§ Stored data:
········

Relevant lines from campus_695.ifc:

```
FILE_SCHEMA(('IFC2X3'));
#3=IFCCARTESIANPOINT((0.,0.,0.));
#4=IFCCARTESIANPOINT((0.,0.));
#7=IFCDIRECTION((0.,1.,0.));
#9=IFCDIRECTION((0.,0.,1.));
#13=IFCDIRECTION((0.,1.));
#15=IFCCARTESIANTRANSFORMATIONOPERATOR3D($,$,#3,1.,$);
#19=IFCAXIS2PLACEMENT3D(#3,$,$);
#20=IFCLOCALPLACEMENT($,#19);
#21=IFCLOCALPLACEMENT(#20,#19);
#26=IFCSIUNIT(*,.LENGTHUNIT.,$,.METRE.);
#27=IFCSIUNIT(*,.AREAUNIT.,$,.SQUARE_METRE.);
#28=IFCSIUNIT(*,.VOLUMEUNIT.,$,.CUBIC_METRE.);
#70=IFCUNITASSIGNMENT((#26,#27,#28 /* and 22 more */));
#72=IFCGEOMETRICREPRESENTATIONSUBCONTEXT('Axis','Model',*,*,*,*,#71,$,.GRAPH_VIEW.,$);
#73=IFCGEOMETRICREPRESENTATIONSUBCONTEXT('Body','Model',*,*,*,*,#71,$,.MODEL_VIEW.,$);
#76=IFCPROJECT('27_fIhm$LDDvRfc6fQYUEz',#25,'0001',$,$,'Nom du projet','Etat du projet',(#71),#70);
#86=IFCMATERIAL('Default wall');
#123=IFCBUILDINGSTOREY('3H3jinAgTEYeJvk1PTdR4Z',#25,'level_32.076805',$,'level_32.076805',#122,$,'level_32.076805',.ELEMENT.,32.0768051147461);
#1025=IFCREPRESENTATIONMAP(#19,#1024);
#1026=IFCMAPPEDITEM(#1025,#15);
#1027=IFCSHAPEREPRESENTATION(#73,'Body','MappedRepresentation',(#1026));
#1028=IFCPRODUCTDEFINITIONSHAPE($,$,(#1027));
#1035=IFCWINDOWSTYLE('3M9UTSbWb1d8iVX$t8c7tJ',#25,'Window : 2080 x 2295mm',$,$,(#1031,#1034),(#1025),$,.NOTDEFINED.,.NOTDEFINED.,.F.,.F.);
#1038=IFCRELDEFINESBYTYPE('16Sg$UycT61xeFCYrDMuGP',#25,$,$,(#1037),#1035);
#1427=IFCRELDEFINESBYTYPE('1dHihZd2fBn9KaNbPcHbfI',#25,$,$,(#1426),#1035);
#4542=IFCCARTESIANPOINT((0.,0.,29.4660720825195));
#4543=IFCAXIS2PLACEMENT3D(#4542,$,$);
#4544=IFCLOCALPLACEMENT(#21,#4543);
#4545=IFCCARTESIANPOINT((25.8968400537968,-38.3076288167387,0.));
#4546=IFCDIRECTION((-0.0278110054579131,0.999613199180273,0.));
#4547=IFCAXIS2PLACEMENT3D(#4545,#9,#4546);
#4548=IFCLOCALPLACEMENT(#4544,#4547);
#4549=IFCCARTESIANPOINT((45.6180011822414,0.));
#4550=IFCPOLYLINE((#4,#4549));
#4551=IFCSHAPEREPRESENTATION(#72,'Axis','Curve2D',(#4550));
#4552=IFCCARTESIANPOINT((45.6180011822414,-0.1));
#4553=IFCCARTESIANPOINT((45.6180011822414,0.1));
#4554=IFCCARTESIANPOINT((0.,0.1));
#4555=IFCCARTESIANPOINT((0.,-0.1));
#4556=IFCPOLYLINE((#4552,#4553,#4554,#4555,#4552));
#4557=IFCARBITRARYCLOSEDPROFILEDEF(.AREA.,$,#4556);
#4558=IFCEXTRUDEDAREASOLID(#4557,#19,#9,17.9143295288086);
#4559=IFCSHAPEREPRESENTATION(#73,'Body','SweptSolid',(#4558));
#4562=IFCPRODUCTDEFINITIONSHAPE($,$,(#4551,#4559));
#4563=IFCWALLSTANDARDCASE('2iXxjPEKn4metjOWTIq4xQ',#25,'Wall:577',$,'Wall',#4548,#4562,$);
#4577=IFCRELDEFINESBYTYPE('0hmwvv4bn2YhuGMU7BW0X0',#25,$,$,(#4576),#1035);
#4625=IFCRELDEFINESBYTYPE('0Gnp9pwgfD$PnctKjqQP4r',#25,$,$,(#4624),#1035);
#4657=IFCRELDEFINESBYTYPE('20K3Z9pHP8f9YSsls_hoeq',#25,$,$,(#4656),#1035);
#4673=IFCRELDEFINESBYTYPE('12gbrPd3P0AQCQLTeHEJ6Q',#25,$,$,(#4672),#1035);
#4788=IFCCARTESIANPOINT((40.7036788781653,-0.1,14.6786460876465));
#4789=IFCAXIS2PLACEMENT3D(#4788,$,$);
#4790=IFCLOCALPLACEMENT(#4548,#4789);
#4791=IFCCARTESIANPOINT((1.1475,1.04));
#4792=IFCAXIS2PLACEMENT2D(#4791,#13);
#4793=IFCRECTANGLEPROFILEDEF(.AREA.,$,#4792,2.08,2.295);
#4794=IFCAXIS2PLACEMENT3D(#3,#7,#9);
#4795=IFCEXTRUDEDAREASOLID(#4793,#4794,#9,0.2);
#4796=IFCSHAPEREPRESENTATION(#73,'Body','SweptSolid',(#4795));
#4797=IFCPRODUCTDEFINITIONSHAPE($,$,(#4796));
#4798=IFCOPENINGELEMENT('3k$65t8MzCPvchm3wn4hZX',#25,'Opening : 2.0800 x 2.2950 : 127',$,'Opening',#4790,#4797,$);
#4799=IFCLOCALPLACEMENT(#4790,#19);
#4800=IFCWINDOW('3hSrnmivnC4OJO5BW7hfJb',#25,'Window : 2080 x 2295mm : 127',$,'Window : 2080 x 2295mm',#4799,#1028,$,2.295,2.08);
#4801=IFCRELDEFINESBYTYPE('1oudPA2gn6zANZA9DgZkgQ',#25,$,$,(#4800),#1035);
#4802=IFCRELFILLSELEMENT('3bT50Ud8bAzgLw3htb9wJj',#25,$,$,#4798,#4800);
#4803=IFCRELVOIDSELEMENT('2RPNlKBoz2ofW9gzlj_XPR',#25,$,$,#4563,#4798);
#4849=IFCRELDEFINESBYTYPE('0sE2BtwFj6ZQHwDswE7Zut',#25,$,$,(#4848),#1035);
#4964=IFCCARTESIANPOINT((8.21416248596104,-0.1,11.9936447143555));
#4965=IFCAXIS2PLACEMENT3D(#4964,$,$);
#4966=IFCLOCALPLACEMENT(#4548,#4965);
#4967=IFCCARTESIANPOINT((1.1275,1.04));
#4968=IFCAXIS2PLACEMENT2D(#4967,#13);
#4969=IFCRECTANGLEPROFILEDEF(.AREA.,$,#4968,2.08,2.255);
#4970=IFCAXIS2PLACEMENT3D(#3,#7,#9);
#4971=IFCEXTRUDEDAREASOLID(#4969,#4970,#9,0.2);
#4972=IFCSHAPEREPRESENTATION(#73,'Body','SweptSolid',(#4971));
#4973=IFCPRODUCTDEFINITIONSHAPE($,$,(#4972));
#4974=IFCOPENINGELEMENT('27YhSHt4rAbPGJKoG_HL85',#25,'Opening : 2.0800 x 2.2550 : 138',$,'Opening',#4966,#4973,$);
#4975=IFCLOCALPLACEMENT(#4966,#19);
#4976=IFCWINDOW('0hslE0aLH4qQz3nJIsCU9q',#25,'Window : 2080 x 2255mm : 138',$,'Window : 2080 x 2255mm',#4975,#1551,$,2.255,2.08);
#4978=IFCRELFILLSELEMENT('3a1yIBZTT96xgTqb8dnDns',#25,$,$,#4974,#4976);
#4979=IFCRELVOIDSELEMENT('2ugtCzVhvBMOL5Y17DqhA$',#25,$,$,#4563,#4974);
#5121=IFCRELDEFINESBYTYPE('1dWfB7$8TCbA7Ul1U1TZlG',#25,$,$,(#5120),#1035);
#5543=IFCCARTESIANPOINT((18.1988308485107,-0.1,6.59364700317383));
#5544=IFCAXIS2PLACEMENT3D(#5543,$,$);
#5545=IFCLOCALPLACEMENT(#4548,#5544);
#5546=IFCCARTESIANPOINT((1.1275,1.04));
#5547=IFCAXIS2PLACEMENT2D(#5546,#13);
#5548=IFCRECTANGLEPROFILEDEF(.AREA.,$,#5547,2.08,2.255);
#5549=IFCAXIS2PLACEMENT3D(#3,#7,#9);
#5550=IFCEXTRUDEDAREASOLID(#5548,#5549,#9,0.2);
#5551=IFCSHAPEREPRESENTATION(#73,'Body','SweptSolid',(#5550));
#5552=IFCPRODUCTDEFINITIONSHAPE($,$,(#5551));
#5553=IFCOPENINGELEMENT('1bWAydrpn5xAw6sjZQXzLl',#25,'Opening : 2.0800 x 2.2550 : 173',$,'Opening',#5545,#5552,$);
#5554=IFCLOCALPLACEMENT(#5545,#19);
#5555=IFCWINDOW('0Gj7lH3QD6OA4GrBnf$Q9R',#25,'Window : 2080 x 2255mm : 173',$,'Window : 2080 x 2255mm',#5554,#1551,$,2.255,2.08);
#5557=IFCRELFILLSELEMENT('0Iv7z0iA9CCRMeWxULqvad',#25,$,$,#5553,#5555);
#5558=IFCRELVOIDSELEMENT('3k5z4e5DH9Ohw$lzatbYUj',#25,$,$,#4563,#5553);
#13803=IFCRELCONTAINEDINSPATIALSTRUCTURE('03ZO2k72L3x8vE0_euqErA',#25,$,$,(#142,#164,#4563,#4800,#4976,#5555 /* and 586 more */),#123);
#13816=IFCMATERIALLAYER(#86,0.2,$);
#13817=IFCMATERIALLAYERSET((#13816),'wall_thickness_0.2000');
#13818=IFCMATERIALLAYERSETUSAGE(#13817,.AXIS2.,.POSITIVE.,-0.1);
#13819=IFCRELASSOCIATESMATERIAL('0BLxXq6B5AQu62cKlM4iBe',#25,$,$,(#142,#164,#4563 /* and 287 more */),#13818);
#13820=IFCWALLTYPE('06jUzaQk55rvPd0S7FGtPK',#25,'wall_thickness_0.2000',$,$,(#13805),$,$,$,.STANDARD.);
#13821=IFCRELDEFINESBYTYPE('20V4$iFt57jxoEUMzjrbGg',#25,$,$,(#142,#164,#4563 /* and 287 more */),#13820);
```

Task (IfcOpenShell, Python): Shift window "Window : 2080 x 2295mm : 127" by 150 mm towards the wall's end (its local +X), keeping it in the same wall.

```python
import ifcopenshell
import ifcopenshell.api.geometry
import ifcopenshell.util.placement
import ifcopenshell.util.unit

model = ifcopenshell.open("campus_695.ifc")
unit_scale = ifcopenshell.util.unit.calculate_unit_scale(model)

window = model.by_guid("3hSrnmivnC4OJO5BW7hfJb")
opening = window.FillsVoids[0].RelatingOpeningElement
wall = opening.VoidsElements[0].RelatingBuildingElement

wall_matrix = ifcopenshell.util.placement.get_local_placement(wall.ObjectPlacement)
shift = wall_matrix[:3, 0] * 0.15 / unit_scale
before = ifcopenshell.util.placement.get_local_placement(window.ObjectPlacement)[:3, 3].copy()

# The window is placed relative to its opening, so it follows when the opening moves.
matrix = ifcopenshell.util.placement.get_local_placement(opening.ObjectPlacement)
matrix[:3, 3] += shift
ifcopenshell.api.geometry.edit_object_placement(
    model, product=opening, matrix=matrix, is_si=False, should_transform_children=True
)

after = ifcopenshell.util.placement.get_local_placement(window.ObjectPlacement)[:3, 3]
print("window moved by", (after - before).round(3) + 0.0)

model.write("campus_695_updated.ifc")
```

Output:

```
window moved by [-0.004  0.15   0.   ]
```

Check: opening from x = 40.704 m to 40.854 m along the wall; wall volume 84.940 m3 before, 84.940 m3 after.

········

§ Description of the task:
The answer must consist of every line above that holds the string "IFCRELFILLSELEMENT", copied exactly.

§ Your solution:
#4802=IFCRELFILLSELEMENT('3bT50Ud8bAzgLw3htb9wJj',#25,$,$,#4798,#4800);
#4978=IFCRELFILLSELEMENT('3a1yIBZTT96xgTqb8dnDns',#25,$,$,#4974,#4976);
#5557=IFCRELFILLSELEMENT('0Iv7z0iA9CCRMeWxULqvad',#25,$,$,#5553,#5555);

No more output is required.